The European Society of Cardiology (ESC) recommends using the rapid “rule-in” and “rule-out” algorithms (0 h/1 h algorithm or the 0 h/2 h algorithm). Myocardial infarction can be safely ruled out with a detectable 0-hour high-sensitivity cardiac troponin T (hs-cTnT) level of <12 ng/L, along with an absolute 1-hour change of <3 ng/L [15]. Anand et al. performed a stepped-wedge cluster randomized controlled trial to investigate whether an early rule-out pathway is sufficient and safe for patients with suspected ACS. The study included 31,492 patients with troponin concentrations < 99th percentile at presentation, and it showed 3.3 hours reduction in the length of stay and a 59% decrease in hospital admissions by implementing an early rule-out pathway [16]. In another prospective single-center cohort study, a total of 10,315 patients presenting with suspected ACS were included. Applying an early rule-out pathway using hs-cTnT concentrations <5 ng/L at presentation showed a reduction in the length of stay in the hospital without affecting safety [17].

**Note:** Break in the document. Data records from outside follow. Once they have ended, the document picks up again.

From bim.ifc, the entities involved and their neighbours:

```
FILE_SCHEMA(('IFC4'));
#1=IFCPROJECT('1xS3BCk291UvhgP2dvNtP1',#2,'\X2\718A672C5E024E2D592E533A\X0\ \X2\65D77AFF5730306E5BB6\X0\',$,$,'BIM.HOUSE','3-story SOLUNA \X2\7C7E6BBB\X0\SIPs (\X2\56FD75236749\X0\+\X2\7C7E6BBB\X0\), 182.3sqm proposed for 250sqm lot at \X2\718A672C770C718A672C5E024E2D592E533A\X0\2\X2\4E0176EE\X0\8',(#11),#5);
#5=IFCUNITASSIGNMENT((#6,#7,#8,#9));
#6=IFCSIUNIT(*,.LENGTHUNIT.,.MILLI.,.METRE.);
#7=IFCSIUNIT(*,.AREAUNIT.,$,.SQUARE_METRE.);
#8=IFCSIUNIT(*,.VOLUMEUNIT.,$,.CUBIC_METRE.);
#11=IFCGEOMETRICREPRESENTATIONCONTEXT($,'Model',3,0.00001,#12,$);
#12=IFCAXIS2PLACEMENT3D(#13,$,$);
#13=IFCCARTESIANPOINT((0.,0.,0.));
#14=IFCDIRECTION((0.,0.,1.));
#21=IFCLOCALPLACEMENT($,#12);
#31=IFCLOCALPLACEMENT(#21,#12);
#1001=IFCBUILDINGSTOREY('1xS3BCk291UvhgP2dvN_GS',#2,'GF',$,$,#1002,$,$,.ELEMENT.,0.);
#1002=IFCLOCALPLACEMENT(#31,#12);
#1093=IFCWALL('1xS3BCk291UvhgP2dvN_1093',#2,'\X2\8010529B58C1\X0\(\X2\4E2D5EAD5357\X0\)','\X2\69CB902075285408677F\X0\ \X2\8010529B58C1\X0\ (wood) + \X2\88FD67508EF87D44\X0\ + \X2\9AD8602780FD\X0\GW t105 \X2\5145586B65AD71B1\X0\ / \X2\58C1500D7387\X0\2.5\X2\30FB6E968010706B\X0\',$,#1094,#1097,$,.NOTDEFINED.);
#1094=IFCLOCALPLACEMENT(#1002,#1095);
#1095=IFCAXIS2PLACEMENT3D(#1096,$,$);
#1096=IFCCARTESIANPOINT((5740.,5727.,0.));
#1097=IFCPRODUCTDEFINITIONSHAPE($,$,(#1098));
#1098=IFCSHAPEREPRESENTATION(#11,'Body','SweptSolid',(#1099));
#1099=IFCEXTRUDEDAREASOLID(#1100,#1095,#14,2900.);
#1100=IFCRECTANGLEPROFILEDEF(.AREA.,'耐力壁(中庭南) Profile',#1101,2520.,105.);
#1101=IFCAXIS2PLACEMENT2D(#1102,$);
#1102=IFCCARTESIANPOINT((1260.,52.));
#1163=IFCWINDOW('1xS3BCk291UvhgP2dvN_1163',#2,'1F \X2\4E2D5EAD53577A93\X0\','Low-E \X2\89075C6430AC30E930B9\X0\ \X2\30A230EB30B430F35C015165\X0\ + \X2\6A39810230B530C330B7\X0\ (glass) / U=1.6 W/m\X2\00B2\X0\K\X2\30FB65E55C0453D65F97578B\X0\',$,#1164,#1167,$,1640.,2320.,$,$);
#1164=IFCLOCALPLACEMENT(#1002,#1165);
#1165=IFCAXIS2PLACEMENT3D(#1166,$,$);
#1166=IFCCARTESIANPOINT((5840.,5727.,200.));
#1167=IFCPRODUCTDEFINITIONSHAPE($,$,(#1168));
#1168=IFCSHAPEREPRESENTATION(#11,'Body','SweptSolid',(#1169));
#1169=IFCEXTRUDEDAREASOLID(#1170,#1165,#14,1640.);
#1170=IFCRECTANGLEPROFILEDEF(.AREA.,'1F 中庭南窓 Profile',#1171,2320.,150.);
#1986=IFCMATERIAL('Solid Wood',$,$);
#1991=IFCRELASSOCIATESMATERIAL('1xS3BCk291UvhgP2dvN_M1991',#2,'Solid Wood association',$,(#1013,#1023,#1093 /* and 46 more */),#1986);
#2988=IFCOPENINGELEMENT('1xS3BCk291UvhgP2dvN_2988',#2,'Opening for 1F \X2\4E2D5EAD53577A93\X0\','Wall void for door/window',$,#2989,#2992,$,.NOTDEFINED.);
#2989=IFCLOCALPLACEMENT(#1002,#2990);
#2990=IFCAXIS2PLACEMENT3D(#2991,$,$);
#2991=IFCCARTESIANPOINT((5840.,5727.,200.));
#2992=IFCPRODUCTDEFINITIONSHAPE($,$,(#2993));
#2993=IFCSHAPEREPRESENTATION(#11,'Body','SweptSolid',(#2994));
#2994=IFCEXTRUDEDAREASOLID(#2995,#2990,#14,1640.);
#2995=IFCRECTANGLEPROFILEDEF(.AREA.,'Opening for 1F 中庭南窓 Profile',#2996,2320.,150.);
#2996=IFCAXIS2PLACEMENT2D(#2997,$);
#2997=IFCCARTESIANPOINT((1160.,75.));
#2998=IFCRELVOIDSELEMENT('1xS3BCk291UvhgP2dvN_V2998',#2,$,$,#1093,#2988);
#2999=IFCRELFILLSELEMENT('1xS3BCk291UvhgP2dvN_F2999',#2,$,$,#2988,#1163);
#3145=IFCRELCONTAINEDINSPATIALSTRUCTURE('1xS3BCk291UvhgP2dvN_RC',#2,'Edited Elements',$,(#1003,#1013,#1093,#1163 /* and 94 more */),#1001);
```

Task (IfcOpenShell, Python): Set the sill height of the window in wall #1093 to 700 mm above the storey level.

```python
import numpy as np
import ifcopenshell
import ifcopenshell.api.geometry
import ifcopenshell.geom
import ifcopenshell.util.element
import ifcopenshell.util.placement
import ifcopenshell.util.shape
import ifcopenshell.util.unit

model = ifcopenshell.open("bim.ifc")
unit_scale = ifcopenshell.util.unit.calculate_unit_scale(model)

window = model.by_id(1163)
opening = window.FillsVoids[0].RelatingOpeningElement
storey = ifcopenshell.util.element.get_container(window, ifc_class="IfcBuildingStorey")
level = ifcopenshell.util.placement.get_local_placement(storey.ObjectPlacement)[2, 3]

# The opening's origin need not be at the sill, so measure its lowest point.
shape = ifcopenshell.geom.create_shape(ifcopenshell.geom.settings(), opening)
bottom = ifcopenshell.util.shape.get_shape_bottom_elevation(shape, shape.geometry) / unit_scale
dz = level + 700.0 - bottom

shift = np.array([0.0, 0.0, dz])
# The window is not placed relative to its opening, so move both.
for product in (opening, window):
    matrix = ifcopenshell.util.placement.get_local_placement(product.ObjectPlacement)
    matrix[:3, 3] += shift
    ifcopenshell.api.geometry.edit_object_placement(model, product=product, matrix=matrix, is_si=False)

print(f"moved by {dz * unit_scale:+.3f} m")

model.write("bim_edited.ifc")
```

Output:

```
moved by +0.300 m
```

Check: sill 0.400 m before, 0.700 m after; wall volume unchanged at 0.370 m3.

Hypothesized causes of elevated cTnI levels, unrelated to analytical interference, include transient ischemia, myopericarditis, fluid overload following transfusion, diastolic dysfunction/failure, and small vessel disease not detected on cardiac catheterization. Diastolic dysfunction can lead to occult subendocardial ischemia and excessive wall tension or "myocardial strain" due to the increase in oxygen demand caused by increased muscle mass, along with the decrease in flow reserved because of coronary microcirculation remodeling [18]. The absence of an acute primary coronary thrombotic event caused by arrhythmias, anemia, coronary artery spasm, coronary embolism, hypertension, or hypotension should also be considered [19].

Myocarditis shows two different temporal patterns of cTnI release generally related to the severity of the disease. The most frequent pattern causes a mild increase of serum cTnI (≤0.4 ng/mL) without elevated CK-MB that lasts for less than 72 hours. Higher values of cTnI (≥1.5 ng/mL) can be observed along with elevated CK-MB, wall motion abnormalities in echocardiography, and a prolonged pattern similar to that seen in acute myocardial infarction. Despite different temporal patterns, a similar rate of complications in patients with a positive or a negative cTnI test is seen in myopericarditis. Our patient’s clinical picture and pericardial effusion displayed a pattern of cTnI elevation similar to that seen in myocarditis. Although not segmental, echocardiography showed mild-to-moderate left ventricular dysfunction; however, the delayed enhancement MRI imaging showed no hyperenhancement [20,21].

Conclusions

An elevated cTnI result should remind the clinician that although troponin immunoassays play an important part in the diagnosis of ACS, other diagnostic modalities including a careful clinical history and physical examination are essential to make this diagnosis. Identification and recognition of non-ischemic/non-ACS related causes of elevated cTnI levels and falsely elevated cTnI results in a patient without ACS can limit unnecessary diagnostic procedures and invasive therapeutic measures and therefore allow for optimal management of these patients.